- **Stored data**
=== Begin Enclosure ===

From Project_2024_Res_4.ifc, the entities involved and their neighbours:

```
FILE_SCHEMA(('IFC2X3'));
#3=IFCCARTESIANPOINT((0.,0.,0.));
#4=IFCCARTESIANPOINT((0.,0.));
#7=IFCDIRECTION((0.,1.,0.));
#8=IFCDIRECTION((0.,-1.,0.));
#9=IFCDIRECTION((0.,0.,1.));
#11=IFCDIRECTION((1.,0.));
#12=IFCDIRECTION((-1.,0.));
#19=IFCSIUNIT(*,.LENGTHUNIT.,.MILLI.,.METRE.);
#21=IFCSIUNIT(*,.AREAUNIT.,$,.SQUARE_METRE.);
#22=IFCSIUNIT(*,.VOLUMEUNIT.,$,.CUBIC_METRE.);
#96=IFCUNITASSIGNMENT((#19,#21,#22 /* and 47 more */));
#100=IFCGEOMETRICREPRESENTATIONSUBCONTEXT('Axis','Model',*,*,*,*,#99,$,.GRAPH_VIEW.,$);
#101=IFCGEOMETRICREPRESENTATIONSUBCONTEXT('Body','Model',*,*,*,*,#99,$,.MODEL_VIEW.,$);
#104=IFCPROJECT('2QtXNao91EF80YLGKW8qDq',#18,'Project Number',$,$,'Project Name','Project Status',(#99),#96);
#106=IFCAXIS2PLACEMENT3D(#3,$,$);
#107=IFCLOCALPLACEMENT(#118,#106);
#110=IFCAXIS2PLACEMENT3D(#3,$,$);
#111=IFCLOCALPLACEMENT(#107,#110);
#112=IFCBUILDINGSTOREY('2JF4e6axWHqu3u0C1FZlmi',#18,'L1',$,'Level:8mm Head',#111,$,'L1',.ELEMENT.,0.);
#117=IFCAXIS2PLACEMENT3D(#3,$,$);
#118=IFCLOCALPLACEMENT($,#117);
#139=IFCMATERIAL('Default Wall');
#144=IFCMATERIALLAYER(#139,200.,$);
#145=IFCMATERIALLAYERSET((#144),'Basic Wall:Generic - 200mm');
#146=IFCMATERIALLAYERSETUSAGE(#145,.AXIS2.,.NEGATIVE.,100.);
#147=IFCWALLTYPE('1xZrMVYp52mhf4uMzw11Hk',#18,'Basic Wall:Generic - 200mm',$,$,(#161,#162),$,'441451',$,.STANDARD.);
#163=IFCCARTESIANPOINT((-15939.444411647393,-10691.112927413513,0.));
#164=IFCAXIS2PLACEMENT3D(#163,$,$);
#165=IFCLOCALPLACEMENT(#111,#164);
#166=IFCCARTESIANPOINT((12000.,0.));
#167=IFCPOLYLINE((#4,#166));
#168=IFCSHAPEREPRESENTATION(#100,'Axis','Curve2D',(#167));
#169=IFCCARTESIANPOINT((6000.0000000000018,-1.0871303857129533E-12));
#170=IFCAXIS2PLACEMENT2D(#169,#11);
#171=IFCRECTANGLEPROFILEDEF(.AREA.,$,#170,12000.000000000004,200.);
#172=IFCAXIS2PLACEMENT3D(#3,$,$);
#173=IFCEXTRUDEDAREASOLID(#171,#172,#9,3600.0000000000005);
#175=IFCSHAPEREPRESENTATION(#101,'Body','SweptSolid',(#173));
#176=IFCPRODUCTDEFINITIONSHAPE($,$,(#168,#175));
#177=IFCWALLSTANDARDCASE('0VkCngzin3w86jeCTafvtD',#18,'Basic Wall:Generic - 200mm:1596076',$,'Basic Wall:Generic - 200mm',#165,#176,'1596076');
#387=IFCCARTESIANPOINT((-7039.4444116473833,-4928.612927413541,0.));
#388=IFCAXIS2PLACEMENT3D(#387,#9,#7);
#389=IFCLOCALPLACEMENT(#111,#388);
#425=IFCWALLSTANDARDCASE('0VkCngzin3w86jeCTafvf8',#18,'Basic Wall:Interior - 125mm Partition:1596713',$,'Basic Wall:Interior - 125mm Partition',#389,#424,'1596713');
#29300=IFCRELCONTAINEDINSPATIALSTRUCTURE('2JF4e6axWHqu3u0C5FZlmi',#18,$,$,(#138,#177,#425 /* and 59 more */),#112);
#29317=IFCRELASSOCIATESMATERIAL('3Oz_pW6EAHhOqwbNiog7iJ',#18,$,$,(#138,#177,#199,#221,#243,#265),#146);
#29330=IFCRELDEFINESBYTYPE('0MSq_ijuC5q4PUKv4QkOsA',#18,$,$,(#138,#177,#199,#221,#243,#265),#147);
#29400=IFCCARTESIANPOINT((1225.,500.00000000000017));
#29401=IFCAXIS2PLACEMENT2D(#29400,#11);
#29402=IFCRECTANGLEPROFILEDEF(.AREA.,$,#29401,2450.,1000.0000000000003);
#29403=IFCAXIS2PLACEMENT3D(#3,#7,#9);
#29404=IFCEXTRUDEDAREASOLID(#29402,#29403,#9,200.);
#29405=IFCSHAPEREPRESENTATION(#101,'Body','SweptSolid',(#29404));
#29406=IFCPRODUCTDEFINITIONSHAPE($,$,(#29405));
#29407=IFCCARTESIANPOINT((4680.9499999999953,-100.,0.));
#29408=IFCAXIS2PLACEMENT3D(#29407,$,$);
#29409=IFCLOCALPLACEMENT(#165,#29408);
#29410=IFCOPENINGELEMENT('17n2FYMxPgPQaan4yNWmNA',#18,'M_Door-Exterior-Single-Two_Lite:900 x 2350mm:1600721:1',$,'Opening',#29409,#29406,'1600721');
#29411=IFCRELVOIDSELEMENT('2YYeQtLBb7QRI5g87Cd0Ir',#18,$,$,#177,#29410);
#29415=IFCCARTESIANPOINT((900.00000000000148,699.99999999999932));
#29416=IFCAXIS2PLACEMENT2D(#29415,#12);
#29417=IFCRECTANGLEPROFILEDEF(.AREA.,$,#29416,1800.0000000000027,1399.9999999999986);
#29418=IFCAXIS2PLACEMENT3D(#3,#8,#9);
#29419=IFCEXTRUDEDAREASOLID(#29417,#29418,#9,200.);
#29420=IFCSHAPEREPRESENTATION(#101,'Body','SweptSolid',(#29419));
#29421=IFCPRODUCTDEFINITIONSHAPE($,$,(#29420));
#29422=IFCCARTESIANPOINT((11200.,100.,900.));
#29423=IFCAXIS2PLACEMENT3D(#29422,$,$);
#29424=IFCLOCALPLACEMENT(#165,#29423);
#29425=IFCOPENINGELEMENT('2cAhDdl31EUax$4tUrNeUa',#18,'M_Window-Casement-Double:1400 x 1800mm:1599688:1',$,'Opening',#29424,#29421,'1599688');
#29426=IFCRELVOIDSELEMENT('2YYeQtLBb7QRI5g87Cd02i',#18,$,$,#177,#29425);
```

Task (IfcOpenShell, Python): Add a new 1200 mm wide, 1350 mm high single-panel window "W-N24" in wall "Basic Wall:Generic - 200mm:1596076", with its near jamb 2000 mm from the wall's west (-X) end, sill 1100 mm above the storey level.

```python
import numpy as np
import ifcopenshell
import ifcopenshell.api.feature
import ifcopenshell.api.geometry
import ifcopenshell.api.root
import ifcopenshell.api.spatial
import ifcopenshell.api.type
import ifcopenshell.geom
import ifcopenshell.util.element
import ifcopenshell.util.placement
import ifcopenshell.util.representation
import ifcopenshell.util.shape
import ifcopenshell.util.unit

model = ifcopenshell.open("Project_2024_Res_4.ifc")
unit_scale = ifcopenshell.util.unit.calculate_unit_scale(model)
settings = ifcopenshell.geom.settings()


def volume(element):
    """Net volume in cubic metres, openings subtracted."""
    shape = ifcopenshell.geom.create_shape(settings, element)
    return ifcopenshell.util.shape.get_volume(shape.geometry)


wall = model.by_guid("0VkCngzin3w86jeCTafvtD")
storey = ifcopenshell.util.element.get_container(wall, ifc_class="IfcBuildingStorey")
context = ifcopenshell.util.representation.get_context(model, "Model", "Body", "MODEL_VIEW")
before = volume(wall)

width, height, from_end, sill = 1.2, 1.35, 2, 1.1  # metres

# The wall runs along its own X axis, and the end named is its -X end.
wall_shape = ifcopenshell.geom.create_shape(settings, wall)
x, y, z = ifcopenshell.util.shape.get_vertices(wall_shape.geometry).T
start = x.min() + from_end
face, thickness = float(y.min()), float(y.max() - y.min())
wall_matrix = ifcopenshell.util.placement.get_local_placement(wall.ObjectPlacement)
level = ifcopenshell.util.placement.get_local_placement(storey.ObjectPlacement)[2, 3]


def in_wall(x, y):
    """Placement at x, y metres in the wall's axes, at sill height."""
    matrix = wall_matrix.copy()
    matrix[:, 3] = wall_matrix @ np.array([x / unit_scale, y / unit_scale, 0.0, 1.0])
    matrix[2, 3] = level + sill / unit_scale
    return matrix


# Opening: a box that overshoots both wall faces by 50 mm.
opening = ifcopenshell.api.root.create_entity(model, ifc_class="IfcOpeningElement")
box = ifcopenshell.api.geometry.add_wall_representation(
    model, context=context, length=width, height=height, thickness=thickness + 0.1
)
ifcopenshell.api.geometry.assign_representation(model, product=opening, representation=box)
ifcopenshell.api.geometry.edit_object_placement(model, product=opening, matrix=in_wall(start, face - 0.05), is_si=False)
ifcopenshell.api.feature.add_feature(model, feature=opening, element=wall)

window = ifcopenshell.api.root.create_entity(model, ifc_class="IfcWindow", name="W-N24")
window.OverallWidth, window.OverallHeight = width / unit_scale, height / unit_scale
body = ifcopenshell.api.geometry.add_window_representation(
    model,
    context=context,
    overall_width=window.OverallWidth,
    overall_height=window.OverallHeight,
    partition_type="SINGLE_PANEL",
)
ifcopenshell.api.geometry.assign_representation(model, product=window, representation=body)
ifcopenshell.api.spatial.assign_container(model, products=[window], relating_structure=storey)
fills = ifcopenshell.api.feature.add_filling(model, opening=opening, element=window)
fills.OwnerHistory = window.OwnerHistory  # required in IFC2X3

# IFC2X3 keeps the operation on the window style.
style = ifcopenshell.api.root.create_entity(model, ifc_class="IfcWindowStyle", name="W-N24")
style.OperationType, style.ConstructionType = "SINGLE_PANEL", "NOTDEFINED"
style.ParameterTakesPrecedence = style.Sizeable = False
ifcopenshell.api.type.assign_type(model, related_objects=[window], relating_type=style)

# Centre the window in the wall's thickness.
ifcopenshell.api.geometry.edit_object_placement(model, product=window, matrix=in_wall(start, face), is_si=False)
window_shape = ifcopenshell.geom.create_shape(settings, window)
depth = ifcopenshell.util.shape.get_vertices(window_shape.geometry)[:, 1]
offset = face + thickness / 2 - (depth.min() + depth.max()) / 2
ifcopenshell.api.geometry.edit_object_placement(model, product=window, matrix=in_wall(start, offset), is_si=False)

after = volume(wall)

print(f"wall volume {before:.3f} -> {after:.3f} m3")

model.write("Project_2024_Res_4_updated.ifc")
```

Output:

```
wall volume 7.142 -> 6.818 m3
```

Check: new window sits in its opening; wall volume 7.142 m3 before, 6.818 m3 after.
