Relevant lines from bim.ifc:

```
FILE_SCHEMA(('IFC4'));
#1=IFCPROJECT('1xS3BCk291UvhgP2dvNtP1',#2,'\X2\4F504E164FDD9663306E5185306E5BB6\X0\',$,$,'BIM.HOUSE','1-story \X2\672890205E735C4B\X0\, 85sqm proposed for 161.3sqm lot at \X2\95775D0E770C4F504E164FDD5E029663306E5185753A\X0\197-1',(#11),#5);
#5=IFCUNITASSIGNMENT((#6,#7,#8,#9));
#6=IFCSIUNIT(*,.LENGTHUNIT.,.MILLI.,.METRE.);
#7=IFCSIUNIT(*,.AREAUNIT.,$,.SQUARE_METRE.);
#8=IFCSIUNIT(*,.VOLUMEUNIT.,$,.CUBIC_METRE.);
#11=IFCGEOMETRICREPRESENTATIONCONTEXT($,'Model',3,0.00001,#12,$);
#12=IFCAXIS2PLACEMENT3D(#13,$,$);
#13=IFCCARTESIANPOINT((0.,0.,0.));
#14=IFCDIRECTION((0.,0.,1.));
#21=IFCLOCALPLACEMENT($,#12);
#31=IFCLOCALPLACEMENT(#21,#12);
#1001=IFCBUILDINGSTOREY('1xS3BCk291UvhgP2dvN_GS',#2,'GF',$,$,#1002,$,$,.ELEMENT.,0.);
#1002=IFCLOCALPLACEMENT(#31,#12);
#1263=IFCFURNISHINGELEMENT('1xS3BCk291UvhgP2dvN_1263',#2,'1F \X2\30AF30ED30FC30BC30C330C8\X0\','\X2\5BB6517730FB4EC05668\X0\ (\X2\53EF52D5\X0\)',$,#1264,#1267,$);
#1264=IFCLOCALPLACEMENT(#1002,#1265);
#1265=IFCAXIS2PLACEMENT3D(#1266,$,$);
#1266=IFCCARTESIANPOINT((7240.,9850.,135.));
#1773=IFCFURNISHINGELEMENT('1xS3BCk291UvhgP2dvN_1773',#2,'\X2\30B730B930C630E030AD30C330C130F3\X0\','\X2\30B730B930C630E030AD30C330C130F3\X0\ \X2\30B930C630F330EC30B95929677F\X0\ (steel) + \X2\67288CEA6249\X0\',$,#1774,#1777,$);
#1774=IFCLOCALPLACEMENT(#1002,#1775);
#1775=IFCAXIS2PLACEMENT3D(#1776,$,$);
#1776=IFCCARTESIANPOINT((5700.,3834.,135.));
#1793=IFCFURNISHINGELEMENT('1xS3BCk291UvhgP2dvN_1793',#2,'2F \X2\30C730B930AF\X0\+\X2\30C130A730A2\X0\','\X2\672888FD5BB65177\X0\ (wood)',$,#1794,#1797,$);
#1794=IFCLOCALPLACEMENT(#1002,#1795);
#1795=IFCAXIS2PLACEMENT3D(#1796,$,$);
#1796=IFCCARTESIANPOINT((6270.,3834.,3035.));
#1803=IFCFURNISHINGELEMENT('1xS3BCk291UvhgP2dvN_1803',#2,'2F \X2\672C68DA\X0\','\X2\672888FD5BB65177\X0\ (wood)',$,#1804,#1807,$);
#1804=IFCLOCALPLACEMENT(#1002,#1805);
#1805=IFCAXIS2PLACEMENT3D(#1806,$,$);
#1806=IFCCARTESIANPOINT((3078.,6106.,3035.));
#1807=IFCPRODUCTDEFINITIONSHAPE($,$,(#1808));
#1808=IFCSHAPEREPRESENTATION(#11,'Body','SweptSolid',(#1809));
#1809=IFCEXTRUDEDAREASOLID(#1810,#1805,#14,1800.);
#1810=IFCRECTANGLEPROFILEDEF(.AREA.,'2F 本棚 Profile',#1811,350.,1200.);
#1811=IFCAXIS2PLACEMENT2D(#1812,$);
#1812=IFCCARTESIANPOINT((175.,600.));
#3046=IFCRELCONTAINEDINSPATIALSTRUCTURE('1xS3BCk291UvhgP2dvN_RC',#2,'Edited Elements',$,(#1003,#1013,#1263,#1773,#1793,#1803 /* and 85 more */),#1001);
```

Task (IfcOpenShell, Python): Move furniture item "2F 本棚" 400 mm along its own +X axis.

```python
import ifcopenshell
import ifcopenshell.api.geometry
import ifcopenshell.util.placement
import ifcopenshell.util.unit

model = ifcopenshell.open("bim.ifc")
unit_scale = ifcopenshell.util.unit.calculate_unit_scale(model)

item = model.by_guid("1xS3BCk291UvhgP2dvN_1803")
matrix = ifcopenshell.util.placement.get_local_placement(item.ObjectPlacement)
matrix[:3, 3] += matrix[:3, 0] * 0.4 / unit_scale
ifcopenshell.api.geometry.edit_object_placement(model, product=item, matrix=matrix, is_si=False)

print(ifcopenshell.util.placement.get_local_placement(item.ObjectPlacement).round(3) + 0.0)

model.write("bim_v2.ifc")
```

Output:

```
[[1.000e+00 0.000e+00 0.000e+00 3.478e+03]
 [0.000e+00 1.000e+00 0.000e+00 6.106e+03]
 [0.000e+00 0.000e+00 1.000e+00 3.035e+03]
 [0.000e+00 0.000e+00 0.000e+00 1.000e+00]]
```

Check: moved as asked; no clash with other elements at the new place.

=== End Enclosure ===

- **Work request**
Scan the records for lines that hold "IFCUNITASSIGNMENT", and reproduce each one you find.

- **Response to this task**
#96=IFCUNITASSIGNMENT((#19,#21,#22 /* and 47 more */));
#5=IFCUNITASSIGNMENT((#6,#7,#8,#9));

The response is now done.